Using the technique, operators should learn before drilling:
the extent of gas-charged rock, including pressure compartment boundaries;
the location and nature of the regional pressure surface boundary or boundary between normal and abnormal pressures;
the gas and water content of the fluid;
the identification and spatial distribution of microfracture swarms; and
the orientation and timing of faults.
Results
Once they had that information and cataloged the readings, the company never drilled a bad well in Jonah field, and the average well it drilled had reserves of 2 Bcf of gas. Of 20 wells drilled in 1999, the calculated estimated ultimate recovery after the well was drilled matched the Surdam group's predictions.
That doesn't mean the process is automatic. The operator still has to drill and stimulate the well correctly to get good production, and McMurry had a reputation for exacting specifications for its frac jobs. The company subsequently sold its producing wells in Jonah field to AEC Energy of Canada.

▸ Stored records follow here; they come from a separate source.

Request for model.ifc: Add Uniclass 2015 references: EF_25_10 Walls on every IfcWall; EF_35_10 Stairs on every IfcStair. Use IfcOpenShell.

First a look at what the model holds.

```python
import ifcopenshell

model = ifcopenshell.open("model.ifc")
print(model.schema)
print("classifications:", [c.Name for c in model.by_type("IfcClassification")])
for ifc_class in ("IfcDoor", "IfcRoof", "IfcStair", "IfcWall", "IfcWindow"):
    print(ifc_class, len(model.by_type(ifc_class)))
```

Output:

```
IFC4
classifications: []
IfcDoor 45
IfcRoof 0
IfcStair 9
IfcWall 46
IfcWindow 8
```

```python
import ifcopenshell
import ifcopenshell.api.classification

model = ifcopenshell.open("model.ifc")

system = ifcopenshell.api.classification.add_classification(model, classification="Uniclass 2015")

codes = {
    "IfcWall": ("EF_25_10", "Walls"),
    "IfcStair": ("EF_35_10", "Stairs"),
}
for ifc_class, (code, name) in codes.items():
    products = model.by_type(ifc_class)
    ifcopenshell.api.classification.add_reference(
        model, products=products, classification=system, identification=code, name=name
    )
    print(code, len(products))

model.write("model_rev.ifc")
```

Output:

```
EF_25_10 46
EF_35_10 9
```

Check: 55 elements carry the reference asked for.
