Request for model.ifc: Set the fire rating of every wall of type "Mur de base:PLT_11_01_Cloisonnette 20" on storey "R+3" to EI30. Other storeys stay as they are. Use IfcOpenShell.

First a look at what the model holds.

```python
import ifcopenshell
import ifcopenshell.util.element

model = ifcopenshell.open("model.ifc")
print(model.schema)
storey = next(s for s in model.by_type("IfcBuildingStorey") if s.Name == "R+3")
walls = [e for e in ifcopenshell.util.element.get_decomposition(storey) if e.is_a("IfcWall")]
seen = {}
for e in walls:
    element_type = ifcopenshell.util.element.get_type(e)
    key = (element_type.Name if element_type != e and element_type else None, ifcopenshell.util.element.get_pset(e, "Pset_WallCommon", "FireRating"))
    seen[key] = seen.get(key, 0) + 1
for (name, value), count in sorted(seen.items(), key=str):
    print(count, "x", name, "|", value)
```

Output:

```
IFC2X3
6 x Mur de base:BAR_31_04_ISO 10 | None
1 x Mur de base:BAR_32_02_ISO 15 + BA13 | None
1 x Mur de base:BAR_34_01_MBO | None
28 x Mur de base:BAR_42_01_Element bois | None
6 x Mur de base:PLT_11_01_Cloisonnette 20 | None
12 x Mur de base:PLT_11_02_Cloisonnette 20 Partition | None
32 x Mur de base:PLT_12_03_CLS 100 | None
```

```python
import ifcopenshell
import ifcopenshell.api.pset
import ifcopenshell.util.element

model = ifcopenshell.open("model.ifc")

storey = next(s for s in model.by_type("IfcBuildingStorey") if s.Name == "R+3")
walls = [e for e in ifcopenshell.util.element.get_decomposition(storey) if e.is_a("IfcWall")]

count = 0
for e in walls:
    element_type = ifcopenshell.util.element.get_type(e)
    if element_type in (None, e) or element_type.Name != "Mur de base:PLT_11_01_Cloisonnette 20":
        continue
    # add_pset returns the element's existing set when there is one.
    pset = ifcopenshell.api.pset.add_pset(model, product=e, name="Pset_WallCommon")
    ifcopenshell.api.pset.edit_pset(model, pset=pset, properties={"FireRating": "EI30"})
    count += 1

print(count, "walls updated")

model.write("model_updated.ifc")
```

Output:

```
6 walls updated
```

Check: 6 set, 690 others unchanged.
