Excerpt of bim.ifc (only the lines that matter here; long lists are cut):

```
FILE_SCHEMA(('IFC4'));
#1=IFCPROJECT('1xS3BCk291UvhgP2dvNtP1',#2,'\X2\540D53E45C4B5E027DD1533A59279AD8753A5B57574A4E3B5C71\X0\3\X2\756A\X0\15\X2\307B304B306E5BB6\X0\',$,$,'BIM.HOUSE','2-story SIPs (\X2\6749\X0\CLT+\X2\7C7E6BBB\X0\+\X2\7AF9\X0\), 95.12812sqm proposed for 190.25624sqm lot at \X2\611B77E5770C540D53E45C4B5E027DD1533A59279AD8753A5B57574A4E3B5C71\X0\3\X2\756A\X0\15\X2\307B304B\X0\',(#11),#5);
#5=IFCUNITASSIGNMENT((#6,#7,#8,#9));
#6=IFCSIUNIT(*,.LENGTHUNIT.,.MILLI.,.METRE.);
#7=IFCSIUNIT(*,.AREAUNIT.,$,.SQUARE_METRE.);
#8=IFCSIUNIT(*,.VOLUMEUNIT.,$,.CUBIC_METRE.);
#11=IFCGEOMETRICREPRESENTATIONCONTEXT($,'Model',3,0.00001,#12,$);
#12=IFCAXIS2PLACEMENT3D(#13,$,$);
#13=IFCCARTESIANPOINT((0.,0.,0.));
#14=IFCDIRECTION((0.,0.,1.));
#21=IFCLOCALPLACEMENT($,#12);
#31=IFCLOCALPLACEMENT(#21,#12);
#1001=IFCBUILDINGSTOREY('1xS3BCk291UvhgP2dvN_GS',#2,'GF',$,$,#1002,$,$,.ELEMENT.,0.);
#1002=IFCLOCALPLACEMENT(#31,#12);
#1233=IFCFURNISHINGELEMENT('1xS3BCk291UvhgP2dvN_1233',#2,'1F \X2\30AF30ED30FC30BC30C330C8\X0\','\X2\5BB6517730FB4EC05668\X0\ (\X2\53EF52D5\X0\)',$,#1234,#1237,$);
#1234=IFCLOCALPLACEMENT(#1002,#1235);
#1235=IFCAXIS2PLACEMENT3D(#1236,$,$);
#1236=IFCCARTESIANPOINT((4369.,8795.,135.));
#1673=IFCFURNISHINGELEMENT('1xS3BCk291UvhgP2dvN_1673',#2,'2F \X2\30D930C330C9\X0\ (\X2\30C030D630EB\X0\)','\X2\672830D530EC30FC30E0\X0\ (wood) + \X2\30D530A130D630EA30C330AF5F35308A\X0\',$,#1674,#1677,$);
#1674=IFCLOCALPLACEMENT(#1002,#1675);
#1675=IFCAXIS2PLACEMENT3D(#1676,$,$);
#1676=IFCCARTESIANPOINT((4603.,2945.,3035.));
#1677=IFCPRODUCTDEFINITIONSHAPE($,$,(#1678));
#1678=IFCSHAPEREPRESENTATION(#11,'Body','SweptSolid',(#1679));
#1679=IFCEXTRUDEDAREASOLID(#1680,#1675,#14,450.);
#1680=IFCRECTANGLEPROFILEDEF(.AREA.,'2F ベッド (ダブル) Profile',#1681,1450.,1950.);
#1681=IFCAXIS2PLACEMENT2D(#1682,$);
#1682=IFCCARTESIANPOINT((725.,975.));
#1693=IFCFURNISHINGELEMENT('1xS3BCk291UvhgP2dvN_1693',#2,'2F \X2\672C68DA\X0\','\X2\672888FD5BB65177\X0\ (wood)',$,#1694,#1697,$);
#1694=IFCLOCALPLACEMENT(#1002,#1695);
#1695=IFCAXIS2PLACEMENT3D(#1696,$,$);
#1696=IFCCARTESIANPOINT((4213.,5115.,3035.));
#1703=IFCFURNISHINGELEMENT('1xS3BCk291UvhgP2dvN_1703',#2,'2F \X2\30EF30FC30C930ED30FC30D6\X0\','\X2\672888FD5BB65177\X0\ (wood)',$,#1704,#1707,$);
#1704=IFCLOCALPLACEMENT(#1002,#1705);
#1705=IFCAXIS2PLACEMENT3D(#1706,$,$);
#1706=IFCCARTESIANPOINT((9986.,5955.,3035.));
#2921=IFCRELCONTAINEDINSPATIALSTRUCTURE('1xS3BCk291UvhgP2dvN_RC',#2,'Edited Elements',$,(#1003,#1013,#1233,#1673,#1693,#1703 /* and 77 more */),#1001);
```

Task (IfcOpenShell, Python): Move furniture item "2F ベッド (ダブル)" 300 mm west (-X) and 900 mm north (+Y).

```python
import ifcopenshell
import ifcopenshell.api.geometry
import ifcopenshell.util.placement

model = ifcopenshell.open("bim.ifc")

item = model.by_guid("1xS3BCk291UvhgP2dvN_1673")
matrix = ifcopenshell.util.placement.get_local_placement(item.ObjectPlacement)
matrix[0, 3] -= 300.0
matrix[1, 3] += 900.0
ifcopenshell.api.geometry.edit_object_placement(model, product=item, matrix=matrix, is_si=False)

print(ifcopenshell.util.placement.get_local_placement(item.ObjectPlacement).round(3) + 0.0)

model.write("bim_rev.ifc")
```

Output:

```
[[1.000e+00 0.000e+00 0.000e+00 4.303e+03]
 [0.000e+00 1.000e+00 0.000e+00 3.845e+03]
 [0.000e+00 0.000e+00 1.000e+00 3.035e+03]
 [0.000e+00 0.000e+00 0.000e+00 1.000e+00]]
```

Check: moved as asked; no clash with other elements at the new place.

The success also doesn't mean there are no problems. Sometimes a compartment holds remnants of trapped water, and an operator can wreck a well by fracturing into that water.
Often, there will be a lot of underpressured gas on top of the anomalously pressured zone. In that situation, it's easy to continue drilling with a 10-lb mud when 5- or 6-lb mud is the correct call.
The predictions aren't all accurate either, Surdam said. One Standard Draw field well already has produced 25 Bcf, 2 Bcf more than projected for the reservoir. It continues to produce at a rate of 1 MMcf/d with no decline, and updated projections show it will produce 55 Bcf of gas.
Apparently the gas is coming from a series of laminated sands with 400 psi of pressure differential. As the well draws gas down from the top zone, the pressure differential drops below 400 psi and allows gas from a lower lamination to rise to the top reservoir.
The process isn't perfect, but it has been successful enough that several companies have taken a hard look at the advantages it can give them around the world.